The specimens for SEM analysis were equally distributed into two groups (B’ and C’). Each group contained 10 specimens. The specimens were broken in half by using dental pliers to provide control (a) and experimental (b) sections (Figure 7). The control halves were treated as those in group A mentioned before, and the experimental halves in group B’ or C’ were treated with NaF or PAMAM solution, respectively [54].

The specimens were then stored in AS at 37 °C for 28 days. Afterward, two specimens were taken out of each group to perform SEM analysis on days 7, 14 and 28. Subsequently, the residual specimens in each group were equally distributed into two subgroups and subjected to the above-mentioned brushing challenge and acid challenge. Then post-treatment SEM analysis was performed (Figure 6).

The specimens were dried in a desiccator and sputter-coated with gold in a vacuum evaporator. The micrographs of the dentine surface were obtained using a SEM. In particular, micrographs were collected from the central portion of each disk, where the tubules were more or less round, and each pair of test and control images was as close as possible. Four micrographs of the control images and four corresponding test images were taken on one film at a constant 10,000× magnification, with a scale bar of 10 µm. Thus, any subsequent processing was the same for all negatives of each disk. Images were analyzed using ImagePro Plus v6.0 for Windows (SPSS Inc., Chicago, IL, USA). Each image was calibrated individually. Only the tubules within the image were measured. The tubules that overlapped the edges of the marked area and confused the data by appearing only in part were not measured [54].

The measurements included in the data were blocking rate (BR) or the ratio of the number of the occluded tubules to the number of all tubules in the image (N).

BR = (1 × M + 0.5 × m)/N

where M is the number of tubules occluded by >50% and m is the number of tubules occluded by <50%.
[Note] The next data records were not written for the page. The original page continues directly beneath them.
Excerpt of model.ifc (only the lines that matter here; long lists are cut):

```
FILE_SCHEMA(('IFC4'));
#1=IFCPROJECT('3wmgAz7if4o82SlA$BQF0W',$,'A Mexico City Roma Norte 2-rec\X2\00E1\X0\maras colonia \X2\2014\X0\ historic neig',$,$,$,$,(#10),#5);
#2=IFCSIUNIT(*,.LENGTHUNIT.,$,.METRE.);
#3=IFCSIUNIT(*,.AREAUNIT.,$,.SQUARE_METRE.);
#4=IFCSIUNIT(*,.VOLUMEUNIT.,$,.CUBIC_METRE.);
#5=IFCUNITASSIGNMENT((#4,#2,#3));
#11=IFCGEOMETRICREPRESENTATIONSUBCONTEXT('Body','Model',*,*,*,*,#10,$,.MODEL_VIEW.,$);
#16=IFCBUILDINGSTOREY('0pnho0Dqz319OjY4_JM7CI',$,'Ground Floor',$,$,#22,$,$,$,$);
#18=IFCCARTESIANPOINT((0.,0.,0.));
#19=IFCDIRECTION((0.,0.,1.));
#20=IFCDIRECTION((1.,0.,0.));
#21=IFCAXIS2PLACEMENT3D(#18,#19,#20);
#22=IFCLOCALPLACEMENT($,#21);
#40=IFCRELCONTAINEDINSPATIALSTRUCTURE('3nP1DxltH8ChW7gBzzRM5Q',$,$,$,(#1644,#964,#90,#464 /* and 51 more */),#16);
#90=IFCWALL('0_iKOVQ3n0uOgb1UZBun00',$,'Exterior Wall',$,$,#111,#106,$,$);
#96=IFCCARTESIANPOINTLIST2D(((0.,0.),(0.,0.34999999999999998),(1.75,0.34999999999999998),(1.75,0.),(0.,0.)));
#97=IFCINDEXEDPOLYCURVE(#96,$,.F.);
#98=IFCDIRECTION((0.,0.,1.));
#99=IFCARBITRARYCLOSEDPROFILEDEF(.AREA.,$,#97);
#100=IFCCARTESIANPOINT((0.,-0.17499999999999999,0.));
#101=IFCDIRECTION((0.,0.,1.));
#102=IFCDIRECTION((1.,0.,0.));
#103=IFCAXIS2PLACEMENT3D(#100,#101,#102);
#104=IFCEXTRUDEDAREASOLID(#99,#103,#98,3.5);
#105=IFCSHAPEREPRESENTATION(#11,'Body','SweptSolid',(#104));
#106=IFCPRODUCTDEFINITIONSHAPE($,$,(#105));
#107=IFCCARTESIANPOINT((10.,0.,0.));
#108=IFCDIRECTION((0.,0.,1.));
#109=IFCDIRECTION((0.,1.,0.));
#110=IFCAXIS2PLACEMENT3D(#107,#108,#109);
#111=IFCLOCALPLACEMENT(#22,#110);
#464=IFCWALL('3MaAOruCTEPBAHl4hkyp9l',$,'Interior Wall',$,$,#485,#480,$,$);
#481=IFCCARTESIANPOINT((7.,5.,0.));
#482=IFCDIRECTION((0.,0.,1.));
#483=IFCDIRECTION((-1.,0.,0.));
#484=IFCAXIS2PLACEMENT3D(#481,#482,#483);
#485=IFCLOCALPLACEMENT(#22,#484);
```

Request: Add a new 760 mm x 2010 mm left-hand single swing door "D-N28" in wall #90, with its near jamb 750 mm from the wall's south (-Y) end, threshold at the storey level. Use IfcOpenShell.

```python
import numpy as np
import ifcopenshell
import ifcopenshell.api.feature
import ifcopenshell.api.geometry
import ifcopenshell.api.root
import ifcopenshell.api.spatial
import ifcopenshell.geom
import ifcopenshell.util.element
import ifcopenshell.util.placement
import ifcopenshell.util.representation
import ifcopenshell.util.shape
import ifcopenshell.util.unit

model = ifcopenshell.open("model.ifc")
unit_scale = ifcopenshell.util.unit.calculate_unit_scale(model)
settings = ifcopenshell.geom.settings()


def volume(element):
    """Net volume in cubic metres, openings subtracted."""
    shape = ifcopenshell.geom.create_shape(settings, element)
    return ifcopenshell.util.shape.get_volume(shape.geometry)


wall = model.by_id(90)
storey = ifcopenshell.util.element.get_container(wall, ifc_class="IfcBuildingStorey")
context = ifcopenshell.util.representation.get_context(model, "Model", "Body", "MODEL_VIEW")
before = volume(wall)

width, height, from_end, sill = 0.76, 2.01, 0.75, 0.0  # metres

# The wall runs along its own X axis, and the end named is its -X end.
wall_shape = ifcopenshell.geom.create_shape(settings, wall)
x, y, z = ifcopenshell.util.shape.get_vertices(wall_shape.geometry).T
start = x.min() + from_end
face, thickness = float(y.min()), float(y.max() - y.min())
wall_matrix = ifcopenshell.util.placement.get_local_placement(wall.ObjectPlacement)
level = ifcopenshell.util.placement.get_local_placement(storey.ObjectPlacement)[2, 3]


def in_wall(x, y):
    """Placement at x, y metres in the wall's axes, at sill height."""
    matrix = wall_matrix.copy()
    matrix[:, 3] = wall_matrix @ np.array([x / unit_scale, y / unit_scale, 0.0, 1.0])
    matrix[2, 3] = level + sill / unit_scale
    return matrix


# Opening: a box that overshoots both wall faces by 50 mm.
opening = ifcopenshell.api.root.create_entity(model, ifc_class="IfcOpeningElement", predefined_type="OPENING")
box = ifcopenshell.api.geometry.add_wall_representation(
    model, context=context, length=width, height=height, thickness=thickness + 0.1
)
ifcopenshell.api.geometry.assign_representation(model, product=opening, representation=box)
ifcopenshell.api.geometry.edit_object_placement(model, product=opening, matrix=in_wall(start, face - 0.05), is_si=False)
ifcopenshell.api.feature.add_feature(model, feature=opening, element=wall)

door = ifcopenshell.api.root.create_entity(model, ifc_class="IfcDoor", name="D-N28", predefined_type="DOOR")
door.OverallWidth, door.OverallHeight = width / unit_scale, height / unit_scale
door.OperationType = "SINGLE_SWING_LEFT"
body = ifcopenshell.api.geometry.add_door_representation(
    model,
    context=context,
    overall_width=door.OverallWidth,
    overall_height=door.OverallHeight,
    operation_type="SINGLE_SWING_LEFT",
    lining_properties={"LiningDepth": thickness / unit_scale, "ThresholdDepth": thickness / unit_scale},
)
ifcopenshell.api.geometry.assign_representation(model, product=door, representation=body)
ifcopenshell.api.spatial.assign_container(model, products=[door], relating_structure=storey)
ifcopenshell.api.feature.add_filling(model, opening=opening, element=door)

# The lining spans the wall, so the door starts at the wall face.
ifcopenshell.api.geometry.edit_object_placement(model, product=door, matrix=in_wall(start, face), is_si=False)

after = volume(wall)

print(f"wall volume {before:.3f} -> {after:.3f} m3")

model.write("model_rev.ifc")
```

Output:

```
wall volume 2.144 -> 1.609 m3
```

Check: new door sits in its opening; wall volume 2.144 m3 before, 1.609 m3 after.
Area change rate (∆S%) is the ratio of the change in area between subgroups c and d.

$$∆\mathrm{S}\%=(\mathrm{S}\overline{\mathrm{c}}-\mathrm{S}\overline{\mathrm{d}})/\mathrm{S}\overline{\mathrm{c}}$$

where S$\overline{\mathrm{x}}$ is the unoccluded area of subgroup x.

4.4. Statistical Analysis

Statistical analysis was performed with SPSS 16.0 for Windows. The means and standard deviations of Lp % were calculated. Data were reported as the percentage of the original maximum permeability values. The prospective and retrospective power calculation should be done to confirm the sample size is enough. The homogeneity of variance was assessed via Levene’s test. Two-way repeated measure ANOVA was applied to evaluate dentine permeability, level of significance was set at α = 0.05 (two-sided), with treatment as the main effect and treatment time as the repeated measure.

5. Conclusions

In the present study, we found that the rate at which PAMAM-induced biomineralization occluded dentinal tubules was slower than the rate for NaF-induced biomineralization. However, after 28 days of treatment, both treatments elicited the same effect. PAMAM exhibited stronger acid resistance than sodium fluoride, which indicates that it achieves a more stable dentinal tubule occlusion. Although the effects need to be validated in animal experiments and clinical trials, we believe that PAMAM has great potential to be used in the treatment of dentine hypersensitivity.